» **Task material**
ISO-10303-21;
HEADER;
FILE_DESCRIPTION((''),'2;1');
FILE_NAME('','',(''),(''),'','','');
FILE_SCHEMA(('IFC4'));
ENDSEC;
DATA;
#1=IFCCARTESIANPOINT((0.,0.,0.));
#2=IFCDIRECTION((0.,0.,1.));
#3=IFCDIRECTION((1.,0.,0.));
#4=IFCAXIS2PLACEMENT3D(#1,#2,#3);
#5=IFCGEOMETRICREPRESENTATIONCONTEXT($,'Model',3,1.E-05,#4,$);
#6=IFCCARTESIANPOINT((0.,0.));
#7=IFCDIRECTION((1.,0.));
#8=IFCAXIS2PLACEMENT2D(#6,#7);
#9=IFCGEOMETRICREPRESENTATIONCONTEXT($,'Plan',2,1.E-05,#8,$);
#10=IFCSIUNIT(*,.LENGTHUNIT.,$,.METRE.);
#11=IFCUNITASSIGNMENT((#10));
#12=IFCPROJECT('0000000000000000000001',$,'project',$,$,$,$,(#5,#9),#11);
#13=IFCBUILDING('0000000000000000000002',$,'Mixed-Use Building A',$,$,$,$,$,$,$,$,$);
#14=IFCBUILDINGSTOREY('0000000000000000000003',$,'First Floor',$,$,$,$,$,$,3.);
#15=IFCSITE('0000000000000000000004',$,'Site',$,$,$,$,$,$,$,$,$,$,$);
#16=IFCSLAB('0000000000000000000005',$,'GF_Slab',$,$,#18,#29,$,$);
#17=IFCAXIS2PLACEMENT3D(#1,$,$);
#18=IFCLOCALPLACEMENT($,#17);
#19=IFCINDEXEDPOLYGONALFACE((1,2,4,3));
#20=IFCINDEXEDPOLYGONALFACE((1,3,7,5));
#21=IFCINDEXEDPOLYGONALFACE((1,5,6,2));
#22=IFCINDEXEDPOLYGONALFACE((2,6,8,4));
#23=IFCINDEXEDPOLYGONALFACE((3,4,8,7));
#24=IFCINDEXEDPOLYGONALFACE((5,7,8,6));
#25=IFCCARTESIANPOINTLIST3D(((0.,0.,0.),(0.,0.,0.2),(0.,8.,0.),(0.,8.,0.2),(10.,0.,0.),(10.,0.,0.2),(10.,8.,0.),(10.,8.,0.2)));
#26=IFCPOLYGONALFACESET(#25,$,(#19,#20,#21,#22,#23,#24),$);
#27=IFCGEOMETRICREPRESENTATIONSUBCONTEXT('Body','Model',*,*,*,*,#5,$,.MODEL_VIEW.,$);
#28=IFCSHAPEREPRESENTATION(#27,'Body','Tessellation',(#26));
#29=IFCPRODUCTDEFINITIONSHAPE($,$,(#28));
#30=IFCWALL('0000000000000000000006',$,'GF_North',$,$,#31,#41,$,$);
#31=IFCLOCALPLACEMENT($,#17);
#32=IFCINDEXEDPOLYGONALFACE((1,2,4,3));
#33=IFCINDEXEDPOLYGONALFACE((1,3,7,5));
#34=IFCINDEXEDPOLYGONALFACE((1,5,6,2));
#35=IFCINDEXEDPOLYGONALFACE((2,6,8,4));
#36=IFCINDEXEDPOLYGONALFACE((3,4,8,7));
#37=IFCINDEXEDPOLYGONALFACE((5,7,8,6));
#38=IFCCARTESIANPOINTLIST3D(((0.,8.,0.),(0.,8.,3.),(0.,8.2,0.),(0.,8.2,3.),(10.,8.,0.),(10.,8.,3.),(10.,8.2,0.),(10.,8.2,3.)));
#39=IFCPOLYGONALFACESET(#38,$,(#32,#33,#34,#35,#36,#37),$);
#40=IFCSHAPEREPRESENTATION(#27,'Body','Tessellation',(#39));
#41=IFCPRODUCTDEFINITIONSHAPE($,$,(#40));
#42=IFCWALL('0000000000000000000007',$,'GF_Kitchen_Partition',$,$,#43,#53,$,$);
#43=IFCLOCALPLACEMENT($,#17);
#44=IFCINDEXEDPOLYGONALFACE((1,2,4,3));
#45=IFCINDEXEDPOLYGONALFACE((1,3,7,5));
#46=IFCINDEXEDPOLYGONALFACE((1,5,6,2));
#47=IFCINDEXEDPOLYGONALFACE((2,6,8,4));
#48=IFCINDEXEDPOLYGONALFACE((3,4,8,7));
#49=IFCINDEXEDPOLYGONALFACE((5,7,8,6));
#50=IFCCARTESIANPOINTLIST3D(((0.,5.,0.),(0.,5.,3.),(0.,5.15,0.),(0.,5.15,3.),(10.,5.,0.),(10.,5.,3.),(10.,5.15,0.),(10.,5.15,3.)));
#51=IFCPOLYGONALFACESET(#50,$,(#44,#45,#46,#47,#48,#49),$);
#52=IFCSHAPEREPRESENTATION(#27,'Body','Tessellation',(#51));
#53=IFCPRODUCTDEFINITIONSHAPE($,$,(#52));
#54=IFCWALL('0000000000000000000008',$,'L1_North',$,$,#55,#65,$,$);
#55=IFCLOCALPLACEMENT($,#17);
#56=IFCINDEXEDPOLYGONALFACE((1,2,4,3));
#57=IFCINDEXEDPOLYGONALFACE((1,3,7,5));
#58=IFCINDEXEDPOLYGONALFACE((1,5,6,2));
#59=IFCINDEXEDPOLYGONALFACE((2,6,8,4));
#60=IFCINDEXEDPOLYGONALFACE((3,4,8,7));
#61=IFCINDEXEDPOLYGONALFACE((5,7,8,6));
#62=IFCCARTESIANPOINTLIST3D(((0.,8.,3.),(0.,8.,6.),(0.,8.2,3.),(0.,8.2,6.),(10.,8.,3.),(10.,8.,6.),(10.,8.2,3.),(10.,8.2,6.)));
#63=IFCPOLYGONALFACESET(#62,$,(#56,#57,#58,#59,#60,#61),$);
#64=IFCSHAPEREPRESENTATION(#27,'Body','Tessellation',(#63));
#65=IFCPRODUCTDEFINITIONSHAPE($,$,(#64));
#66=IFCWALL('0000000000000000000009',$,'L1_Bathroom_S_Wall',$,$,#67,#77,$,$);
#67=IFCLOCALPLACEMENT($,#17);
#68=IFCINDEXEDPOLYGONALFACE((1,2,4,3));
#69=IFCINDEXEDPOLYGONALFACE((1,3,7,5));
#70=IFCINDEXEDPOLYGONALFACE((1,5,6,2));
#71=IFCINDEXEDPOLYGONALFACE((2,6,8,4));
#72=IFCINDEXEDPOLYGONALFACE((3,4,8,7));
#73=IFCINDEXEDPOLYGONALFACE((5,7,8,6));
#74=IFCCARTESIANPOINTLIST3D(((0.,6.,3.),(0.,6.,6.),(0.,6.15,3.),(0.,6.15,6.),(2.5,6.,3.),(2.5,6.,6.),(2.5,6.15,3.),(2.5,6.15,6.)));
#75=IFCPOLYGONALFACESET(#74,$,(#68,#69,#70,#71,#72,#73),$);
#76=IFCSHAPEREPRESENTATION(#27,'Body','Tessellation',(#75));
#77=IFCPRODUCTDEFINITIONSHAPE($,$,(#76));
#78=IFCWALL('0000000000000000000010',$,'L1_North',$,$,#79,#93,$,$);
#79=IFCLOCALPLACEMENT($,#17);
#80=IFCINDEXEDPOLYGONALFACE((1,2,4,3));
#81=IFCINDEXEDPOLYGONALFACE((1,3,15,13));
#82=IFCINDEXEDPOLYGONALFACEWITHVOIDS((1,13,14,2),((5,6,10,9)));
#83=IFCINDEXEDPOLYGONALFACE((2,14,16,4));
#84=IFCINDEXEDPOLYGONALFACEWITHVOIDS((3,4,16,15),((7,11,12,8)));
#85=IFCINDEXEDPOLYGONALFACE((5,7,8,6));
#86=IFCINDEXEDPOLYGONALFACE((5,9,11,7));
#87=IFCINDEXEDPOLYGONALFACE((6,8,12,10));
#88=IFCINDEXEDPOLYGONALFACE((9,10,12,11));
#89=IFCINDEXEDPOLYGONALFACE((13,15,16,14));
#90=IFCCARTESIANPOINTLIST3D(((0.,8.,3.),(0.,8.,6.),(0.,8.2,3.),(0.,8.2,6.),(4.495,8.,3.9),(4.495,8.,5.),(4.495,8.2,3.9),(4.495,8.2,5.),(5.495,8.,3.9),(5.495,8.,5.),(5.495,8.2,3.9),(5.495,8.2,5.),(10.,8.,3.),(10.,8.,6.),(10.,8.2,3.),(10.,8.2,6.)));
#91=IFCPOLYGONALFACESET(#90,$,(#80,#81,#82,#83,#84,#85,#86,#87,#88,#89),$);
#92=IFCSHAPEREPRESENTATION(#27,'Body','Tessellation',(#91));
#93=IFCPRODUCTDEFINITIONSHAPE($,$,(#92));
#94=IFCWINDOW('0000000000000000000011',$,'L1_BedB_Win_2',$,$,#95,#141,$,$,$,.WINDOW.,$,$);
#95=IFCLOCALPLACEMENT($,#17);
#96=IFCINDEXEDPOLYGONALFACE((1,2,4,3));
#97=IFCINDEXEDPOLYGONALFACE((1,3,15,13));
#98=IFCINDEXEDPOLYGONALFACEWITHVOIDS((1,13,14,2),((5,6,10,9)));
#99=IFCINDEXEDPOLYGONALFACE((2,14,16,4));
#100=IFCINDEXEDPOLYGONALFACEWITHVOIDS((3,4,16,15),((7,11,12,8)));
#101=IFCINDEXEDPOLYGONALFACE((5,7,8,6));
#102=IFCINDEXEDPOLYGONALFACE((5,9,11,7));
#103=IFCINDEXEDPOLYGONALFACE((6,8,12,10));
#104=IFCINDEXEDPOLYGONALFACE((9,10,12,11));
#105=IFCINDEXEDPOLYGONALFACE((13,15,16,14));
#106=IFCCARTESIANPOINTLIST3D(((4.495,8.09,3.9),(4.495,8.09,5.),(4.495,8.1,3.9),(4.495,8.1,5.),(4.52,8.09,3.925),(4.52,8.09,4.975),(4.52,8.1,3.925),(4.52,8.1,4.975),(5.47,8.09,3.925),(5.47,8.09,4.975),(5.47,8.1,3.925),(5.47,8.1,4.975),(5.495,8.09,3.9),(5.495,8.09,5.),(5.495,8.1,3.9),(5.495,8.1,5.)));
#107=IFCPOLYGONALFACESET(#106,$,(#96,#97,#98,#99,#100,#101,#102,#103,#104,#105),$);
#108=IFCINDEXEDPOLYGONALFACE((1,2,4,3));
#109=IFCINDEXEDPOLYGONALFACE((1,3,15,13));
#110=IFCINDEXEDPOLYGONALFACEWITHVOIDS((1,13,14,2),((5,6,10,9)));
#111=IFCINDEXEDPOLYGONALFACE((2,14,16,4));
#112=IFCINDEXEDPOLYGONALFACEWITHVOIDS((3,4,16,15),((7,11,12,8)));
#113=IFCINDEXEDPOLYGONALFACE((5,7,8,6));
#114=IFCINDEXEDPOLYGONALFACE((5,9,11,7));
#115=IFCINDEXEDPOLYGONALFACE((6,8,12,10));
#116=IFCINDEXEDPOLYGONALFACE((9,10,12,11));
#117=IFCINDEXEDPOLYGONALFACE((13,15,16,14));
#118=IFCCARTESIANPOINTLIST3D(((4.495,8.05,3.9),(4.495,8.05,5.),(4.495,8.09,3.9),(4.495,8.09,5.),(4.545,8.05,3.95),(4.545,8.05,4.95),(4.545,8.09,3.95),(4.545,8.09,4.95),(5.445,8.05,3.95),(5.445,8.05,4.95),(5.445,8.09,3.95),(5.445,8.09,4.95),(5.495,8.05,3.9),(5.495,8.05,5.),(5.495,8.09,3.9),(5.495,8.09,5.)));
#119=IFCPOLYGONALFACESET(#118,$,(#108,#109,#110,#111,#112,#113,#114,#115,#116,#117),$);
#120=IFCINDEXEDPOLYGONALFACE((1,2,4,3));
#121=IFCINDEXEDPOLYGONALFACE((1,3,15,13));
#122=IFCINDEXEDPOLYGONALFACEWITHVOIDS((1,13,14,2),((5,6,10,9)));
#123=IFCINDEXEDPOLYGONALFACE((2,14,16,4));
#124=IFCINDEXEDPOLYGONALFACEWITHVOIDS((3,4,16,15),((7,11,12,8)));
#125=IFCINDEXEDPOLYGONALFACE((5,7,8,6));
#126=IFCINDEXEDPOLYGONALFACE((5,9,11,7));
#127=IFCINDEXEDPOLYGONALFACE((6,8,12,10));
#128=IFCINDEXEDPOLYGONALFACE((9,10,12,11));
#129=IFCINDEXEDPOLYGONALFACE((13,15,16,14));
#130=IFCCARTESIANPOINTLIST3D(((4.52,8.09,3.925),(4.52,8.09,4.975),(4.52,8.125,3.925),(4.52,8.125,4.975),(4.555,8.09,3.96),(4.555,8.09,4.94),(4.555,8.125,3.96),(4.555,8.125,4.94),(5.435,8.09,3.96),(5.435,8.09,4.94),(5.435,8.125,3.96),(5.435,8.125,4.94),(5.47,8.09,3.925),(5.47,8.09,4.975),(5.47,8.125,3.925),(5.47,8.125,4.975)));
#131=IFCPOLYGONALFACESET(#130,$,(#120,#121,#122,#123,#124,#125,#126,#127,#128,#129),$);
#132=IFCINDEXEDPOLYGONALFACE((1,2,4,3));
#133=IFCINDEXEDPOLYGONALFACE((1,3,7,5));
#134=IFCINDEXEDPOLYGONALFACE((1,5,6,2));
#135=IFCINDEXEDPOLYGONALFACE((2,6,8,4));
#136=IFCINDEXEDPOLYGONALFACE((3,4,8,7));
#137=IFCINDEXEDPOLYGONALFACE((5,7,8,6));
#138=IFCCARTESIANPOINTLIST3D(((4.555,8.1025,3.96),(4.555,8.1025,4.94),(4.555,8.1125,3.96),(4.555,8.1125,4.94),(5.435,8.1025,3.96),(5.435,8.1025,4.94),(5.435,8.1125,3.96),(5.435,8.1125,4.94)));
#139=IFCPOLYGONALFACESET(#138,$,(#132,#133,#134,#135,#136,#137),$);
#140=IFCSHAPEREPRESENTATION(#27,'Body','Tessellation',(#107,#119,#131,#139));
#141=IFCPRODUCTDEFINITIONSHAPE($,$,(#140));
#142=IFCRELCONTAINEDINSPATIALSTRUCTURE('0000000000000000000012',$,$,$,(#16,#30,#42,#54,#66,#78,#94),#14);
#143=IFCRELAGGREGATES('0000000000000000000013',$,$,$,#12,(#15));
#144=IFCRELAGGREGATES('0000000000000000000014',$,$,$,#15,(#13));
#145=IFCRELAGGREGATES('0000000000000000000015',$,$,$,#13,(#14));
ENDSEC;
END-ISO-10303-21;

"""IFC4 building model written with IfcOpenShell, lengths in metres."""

from ifc_helpers import new_model, si_unit, frame, origin_with_axes, origin_2d_with_axis, place, context, subcontext, project, spatial, line, indexed_curve, outline, extrude, element, fill, save


model = new_model("IFC4")

# Units and contexts
model_context = context("Model", 3, precision=1e-05, world=origin_with_axes())
plan_context = context("Plan", 2, precision=1e-05, world=origin_2d_with_axis())
body_context = subcontext(model_context, "Body", "Model", "MODEL_VIEW")
ifc_project = project(units=[si_unit("LENGTHUNIT", "METRE")], contexts=[model_context, plan_context])

# Site, building, storey
site = spatial("IfcSite", under=ifc_project, Name="Site")
building = spatial("IfcBuilding", under=site, Name="Mixed-Use Building A")
storey = spatial("IfcBuildingStorey", under=building, Name="First Floor", Elevation=3.0)

# Slab
slab_placement = place(None, origin_with_axes())
element("IfcSlab", 1, at=slab_placement, inside=storey, Name="GF_Slab", context=body_context, shape_type="SweptSolid", body=[
    extrude(outline(indexed_curve([(0.0, 0.0), (10.0, 0.0), (10.0, 8.0), (0.0, 8.0)])), None, (0.0, 0.0, 1.0), 0.2),
])

# Walls
wall_1_placement = place(None, frame((0.0, 8.0, 0.0), z_axis=(0.0, 0.0, 1.0), x_axis=(1.0, 0.0, 0.0)))
element("IfcWall", 2, at=wall_1_placement, inside=storey, Name="GF_North", context=body_context, shape_type="SweptSolid", body=[
    extrude(outline(indexed_curve([(0.0, 0.0), (0.0, 0.2), (10.0, 0.2), (10.0, 0.0), (0.0, 0.0)], self_intersect=False)), origin_with_axes(), (0.0, 0.0, 1.0), 3.0),
])
wall_2_placement = place(None, frame((0.0, 5.0, 0.0), z_axis=(0.0, 0.0, 1.0), x_axis=(1.0, 0.0, 0.0)))
element("IfcWall", 3, at=wall_2_placement, inside=storey, Name="GF_Kitchen_Partition", context=body_context, shape_type="SweptSolid", body=[
    extrude(outline(indexed_curve([(0.0, 0.0), (0.0, 0.15), (10.0, 0.15), (10.0, 0.0), (0.0, 0.0)], self_intersect=False)), origin_with_axes(), (0.0, 0.0, 1.0), 3.0),
])
wall_3_placement = place(None, frame((0.0, 8.0, 3.0), z_axis=(0.0, 0.0, 1.0), x_axis=(1.0, 0.0, 0.0)))
element("IfcWall", 4, at=wall_3_placement, inside=storey, Name="L1_North", context=body_context, shape_type="SweptSolid", body=[
    extrude(outline(indexed_curve([(0.0, 0.0), (0.0, 0.2), (10.0, 0.2), (10.0, 0.0), (0.0, 0.0)], self_intersect=False)), origin_with_axes(), (0.0, 0.0, 1.0), 3.0),
])
wall_4_placement = place(None, frame((0.0, 6.0, 3.0), z_axis=(0.0, 0.0, 1.0), x_axis=(1.0, 0.0, 0.0)))
element("IfcWall", 5, at=wall_4_placement, inside=storey, Name="L1_Bathroom_S_Wall", context=body_context, shape_type="SweptSolid", body=[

» **Task item**
Each line that contains "IFCPRODUCTDEFINITIONSHAPE" is to be copied from the listing above.

» **Answer box**
#29=IFCPRODUCTDEFINITIONSHAPE($,$,(#28));
#41=IFCPRODUCTDEFINITIONSHAPE($,$,(#40));
#53=IFCPRODUCTDEFINITIONSHAPE($,$,(#52));
#65=IFCPRODUCTDEFINITIONSHAPE($,$,(#64));
#77=IFCPRODUCTDEFINITIONSHAPE($,$,(#76));
#93=IFCPRODUCTDEFINITIONSHAPE($,$,(#92));
#141=IFCPRODUCTDEFINITIONSHAPE($,$,(#140));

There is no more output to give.